_ABOUT THIS TASK:_
Could you set down exactly the lines in the records below between the line holding "frame((0.0, 0.0, 3750.0)))" and the line holding "# Duct fittings", inclusive?

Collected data
================

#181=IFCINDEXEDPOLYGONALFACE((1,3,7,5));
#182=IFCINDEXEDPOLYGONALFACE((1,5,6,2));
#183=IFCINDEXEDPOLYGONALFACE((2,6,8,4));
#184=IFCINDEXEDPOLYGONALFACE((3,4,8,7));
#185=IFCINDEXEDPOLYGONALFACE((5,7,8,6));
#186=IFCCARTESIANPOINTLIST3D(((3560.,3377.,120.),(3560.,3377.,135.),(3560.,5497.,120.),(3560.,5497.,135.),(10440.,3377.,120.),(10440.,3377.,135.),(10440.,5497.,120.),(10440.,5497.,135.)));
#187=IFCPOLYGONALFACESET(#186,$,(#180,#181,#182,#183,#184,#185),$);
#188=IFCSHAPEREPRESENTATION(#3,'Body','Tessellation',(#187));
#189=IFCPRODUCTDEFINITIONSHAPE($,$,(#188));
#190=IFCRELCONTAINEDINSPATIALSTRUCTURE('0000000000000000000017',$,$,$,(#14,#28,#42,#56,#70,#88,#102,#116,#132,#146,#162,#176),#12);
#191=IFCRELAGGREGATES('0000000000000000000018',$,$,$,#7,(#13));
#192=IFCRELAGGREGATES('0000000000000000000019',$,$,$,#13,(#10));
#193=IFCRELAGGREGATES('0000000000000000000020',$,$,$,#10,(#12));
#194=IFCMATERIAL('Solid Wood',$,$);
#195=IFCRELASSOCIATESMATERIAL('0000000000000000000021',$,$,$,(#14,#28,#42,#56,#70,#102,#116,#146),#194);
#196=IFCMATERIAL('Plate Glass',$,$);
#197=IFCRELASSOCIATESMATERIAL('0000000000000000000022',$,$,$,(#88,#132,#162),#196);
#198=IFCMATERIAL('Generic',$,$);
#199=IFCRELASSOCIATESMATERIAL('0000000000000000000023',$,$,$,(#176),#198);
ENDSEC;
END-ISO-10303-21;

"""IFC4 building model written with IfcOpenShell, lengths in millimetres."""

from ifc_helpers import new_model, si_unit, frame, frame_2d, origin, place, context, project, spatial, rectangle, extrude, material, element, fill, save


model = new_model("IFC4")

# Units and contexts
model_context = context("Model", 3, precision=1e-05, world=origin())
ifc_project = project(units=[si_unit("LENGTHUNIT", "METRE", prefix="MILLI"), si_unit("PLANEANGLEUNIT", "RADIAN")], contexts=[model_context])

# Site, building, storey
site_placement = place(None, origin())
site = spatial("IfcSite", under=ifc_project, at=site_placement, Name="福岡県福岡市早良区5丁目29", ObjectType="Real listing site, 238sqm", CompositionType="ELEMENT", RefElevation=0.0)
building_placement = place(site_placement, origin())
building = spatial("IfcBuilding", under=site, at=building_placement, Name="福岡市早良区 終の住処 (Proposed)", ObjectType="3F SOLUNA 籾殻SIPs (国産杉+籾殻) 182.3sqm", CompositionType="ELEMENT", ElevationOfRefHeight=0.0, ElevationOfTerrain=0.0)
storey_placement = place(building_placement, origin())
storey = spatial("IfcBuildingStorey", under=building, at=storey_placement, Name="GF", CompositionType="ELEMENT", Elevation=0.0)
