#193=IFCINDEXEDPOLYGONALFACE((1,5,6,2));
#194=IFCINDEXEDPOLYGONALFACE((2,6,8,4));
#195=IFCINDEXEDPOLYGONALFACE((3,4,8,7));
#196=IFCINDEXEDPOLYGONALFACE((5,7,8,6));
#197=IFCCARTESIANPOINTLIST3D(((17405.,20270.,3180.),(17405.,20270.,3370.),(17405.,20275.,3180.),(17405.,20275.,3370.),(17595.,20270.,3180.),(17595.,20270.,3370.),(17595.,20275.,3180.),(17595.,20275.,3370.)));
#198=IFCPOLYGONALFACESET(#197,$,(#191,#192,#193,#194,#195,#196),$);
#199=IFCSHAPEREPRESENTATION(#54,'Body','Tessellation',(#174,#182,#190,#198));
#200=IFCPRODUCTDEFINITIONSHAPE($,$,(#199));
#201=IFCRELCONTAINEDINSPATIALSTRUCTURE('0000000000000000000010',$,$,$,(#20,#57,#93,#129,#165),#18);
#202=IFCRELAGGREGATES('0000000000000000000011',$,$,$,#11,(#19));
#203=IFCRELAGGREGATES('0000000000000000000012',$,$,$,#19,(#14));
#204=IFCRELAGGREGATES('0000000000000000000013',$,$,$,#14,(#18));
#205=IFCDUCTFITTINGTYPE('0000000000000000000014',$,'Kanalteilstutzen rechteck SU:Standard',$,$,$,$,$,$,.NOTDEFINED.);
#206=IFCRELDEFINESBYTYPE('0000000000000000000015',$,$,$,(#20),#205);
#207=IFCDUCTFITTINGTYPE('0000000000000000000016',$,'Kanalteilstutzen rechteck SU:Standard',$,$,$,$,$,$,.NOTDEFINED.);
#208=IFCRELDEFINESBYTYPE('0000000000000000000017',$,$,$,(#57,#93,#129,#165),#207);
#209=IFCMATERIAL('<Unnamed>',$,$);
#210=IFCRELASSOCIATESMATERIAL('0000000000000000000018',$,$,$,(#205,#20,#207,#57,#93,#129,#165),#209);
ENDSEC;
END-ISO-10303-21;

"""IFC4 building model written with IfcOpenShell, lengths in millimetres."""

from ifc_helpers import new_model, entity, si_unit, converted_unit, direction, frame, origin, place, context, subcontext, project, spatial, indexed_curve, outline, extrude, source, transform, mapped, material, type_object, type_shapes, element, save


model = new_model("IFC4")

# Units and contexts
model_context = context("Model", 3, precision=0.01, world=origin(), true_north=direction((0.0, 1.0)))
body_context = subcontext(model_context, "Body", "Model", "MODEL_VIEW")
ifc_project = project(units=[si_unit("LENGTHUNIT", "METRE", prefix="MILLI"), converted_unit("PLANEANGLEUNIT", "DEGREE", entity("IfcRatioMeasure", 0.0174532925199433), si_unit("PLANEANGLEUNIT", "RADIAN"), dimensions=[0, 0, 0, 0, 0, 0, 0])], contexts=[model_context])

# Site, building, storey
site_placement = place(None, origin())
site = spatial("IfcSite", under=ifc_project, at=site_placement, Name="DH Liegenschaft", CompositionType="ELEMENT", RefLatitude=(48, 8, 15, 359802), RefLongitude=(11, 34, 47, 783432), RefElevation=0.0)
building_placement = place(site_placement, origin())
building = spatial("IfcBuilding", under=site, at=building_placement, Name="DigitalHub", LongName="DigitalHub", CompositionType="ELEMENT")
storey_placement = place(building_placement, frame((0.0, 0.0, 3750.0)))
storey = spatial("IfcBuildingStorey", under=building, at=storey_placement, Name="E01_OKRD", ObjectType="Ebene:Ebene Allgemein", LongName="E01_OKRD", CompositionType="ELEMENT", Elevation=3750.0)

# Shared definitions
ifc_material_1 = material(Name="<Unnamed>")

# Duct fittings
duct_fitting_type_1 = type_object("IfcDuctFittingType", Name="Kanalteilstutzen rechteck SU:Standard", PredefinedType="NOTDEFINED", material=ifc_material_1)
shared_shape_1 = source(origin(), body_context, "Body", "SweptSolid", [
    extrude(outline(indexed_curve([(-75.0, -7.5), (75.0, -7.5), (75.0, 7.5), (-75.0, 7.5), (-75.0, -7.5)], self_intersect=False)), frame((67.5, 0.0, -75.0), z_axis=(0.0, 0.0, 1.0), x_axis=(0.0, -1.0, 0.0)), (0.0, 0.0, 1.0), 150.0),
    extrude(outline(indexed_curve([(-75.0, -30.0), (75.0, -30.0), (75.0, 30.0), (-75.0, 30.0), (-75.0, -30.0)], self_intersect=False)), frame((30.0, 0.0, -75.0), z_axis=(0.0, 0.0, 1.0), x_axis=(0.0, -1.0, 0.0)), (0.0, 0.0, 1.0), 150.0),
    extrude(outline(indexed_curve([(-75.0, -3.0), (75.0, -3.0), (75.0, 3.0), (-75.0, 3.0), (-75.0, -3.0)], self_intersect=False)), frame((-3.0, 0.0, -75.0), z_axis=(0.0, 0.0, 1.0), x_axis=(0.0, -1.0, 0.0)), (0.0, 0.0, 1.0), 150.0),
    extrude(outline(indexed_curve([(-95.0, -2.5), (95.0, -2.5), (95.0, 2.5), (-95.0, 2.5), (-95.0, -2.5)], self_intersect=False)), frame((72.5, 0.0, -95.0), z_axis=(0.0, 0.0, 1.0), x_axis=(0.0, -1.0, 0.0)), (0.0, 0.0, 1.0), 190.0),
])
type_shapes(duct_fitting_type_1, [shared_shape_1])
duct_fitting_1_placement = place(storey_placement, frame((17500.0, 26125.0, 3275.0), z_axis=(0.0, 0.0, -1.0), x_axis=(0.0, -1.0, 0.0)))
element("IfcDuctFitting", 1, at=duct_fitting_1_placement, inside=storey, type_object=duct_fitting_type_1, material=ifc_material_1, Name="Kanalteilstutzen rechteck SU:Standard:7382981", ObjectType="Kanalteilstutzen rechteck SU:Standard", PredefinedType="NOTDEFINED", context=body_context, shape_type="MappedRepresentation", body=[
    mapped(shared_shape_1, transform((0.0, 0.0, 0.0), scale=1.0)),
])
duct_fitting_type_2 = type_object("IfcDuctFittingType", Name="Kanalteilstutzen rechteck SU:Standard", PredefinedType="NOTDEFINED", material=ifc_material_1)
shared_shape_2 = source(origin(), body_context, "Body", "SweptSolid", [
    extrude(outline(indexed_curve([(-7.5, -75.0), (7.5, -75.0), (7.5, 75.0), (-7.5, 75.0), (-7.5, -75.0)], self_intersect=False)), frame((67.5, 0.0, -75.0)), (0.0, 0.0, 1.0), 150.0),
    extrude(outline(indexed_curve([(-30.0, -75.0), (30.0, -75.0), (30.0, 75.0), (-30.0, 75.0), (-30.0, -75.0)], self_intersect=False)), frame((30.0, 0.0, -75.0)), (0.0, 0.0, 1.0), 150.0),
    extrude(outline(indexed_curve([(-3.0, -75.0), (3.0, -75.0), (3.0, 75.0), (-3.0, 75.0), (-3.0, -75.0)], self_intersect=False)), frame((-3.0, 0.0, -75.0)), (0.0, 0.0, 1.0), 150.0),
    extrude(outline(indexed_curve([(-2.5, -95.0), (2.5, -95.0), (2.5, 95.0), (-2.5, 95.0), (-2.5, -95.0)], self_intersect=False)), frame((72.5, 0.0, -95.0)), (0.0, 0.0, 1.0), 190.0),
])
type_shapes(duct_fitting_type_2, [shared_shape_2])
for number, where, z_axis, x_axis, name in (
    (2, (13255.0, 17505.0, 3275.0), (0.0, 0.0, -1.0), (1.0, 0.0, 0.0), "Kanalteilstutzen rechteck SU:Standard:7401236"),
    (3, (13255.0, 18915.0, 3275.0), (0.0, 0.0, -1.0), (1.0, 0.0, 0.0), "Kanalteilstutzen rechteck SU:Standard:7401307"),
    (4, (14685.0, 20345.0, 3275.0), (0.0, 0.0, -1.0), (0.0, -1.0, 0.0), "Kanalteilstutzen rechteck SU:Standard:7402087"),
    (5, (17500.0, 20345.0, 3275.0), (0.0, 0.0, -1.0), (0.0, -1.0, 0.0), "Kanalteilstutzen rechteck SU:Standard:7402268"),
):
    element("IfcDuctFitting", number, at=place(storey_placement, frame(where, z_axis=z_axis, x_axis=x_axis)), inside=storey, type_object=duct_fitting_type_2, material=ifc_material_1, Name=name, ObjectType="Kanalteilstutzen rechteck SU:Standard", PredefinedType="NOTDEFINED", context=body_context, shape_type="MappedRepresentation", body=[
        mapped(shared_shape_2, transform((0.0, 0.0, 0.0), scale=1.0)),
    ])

================

_EXERCISE ANSWER:_
storey_placement = place(building_placement, frame((0.0, 0.0, 3750.0)))
storey = spatial("IfcBuildingStorey", under=building, at=storey_placement, Name="E01_OKRD", ObjectType="Ebene:Ebene Allgemein", LongName="E01_OKRD", CompositionType="ELEMENT", Elevation=3750.0)

# Shared definitions
ifc_material_1 = material(Name="<Unnamed>")

# Duct fittings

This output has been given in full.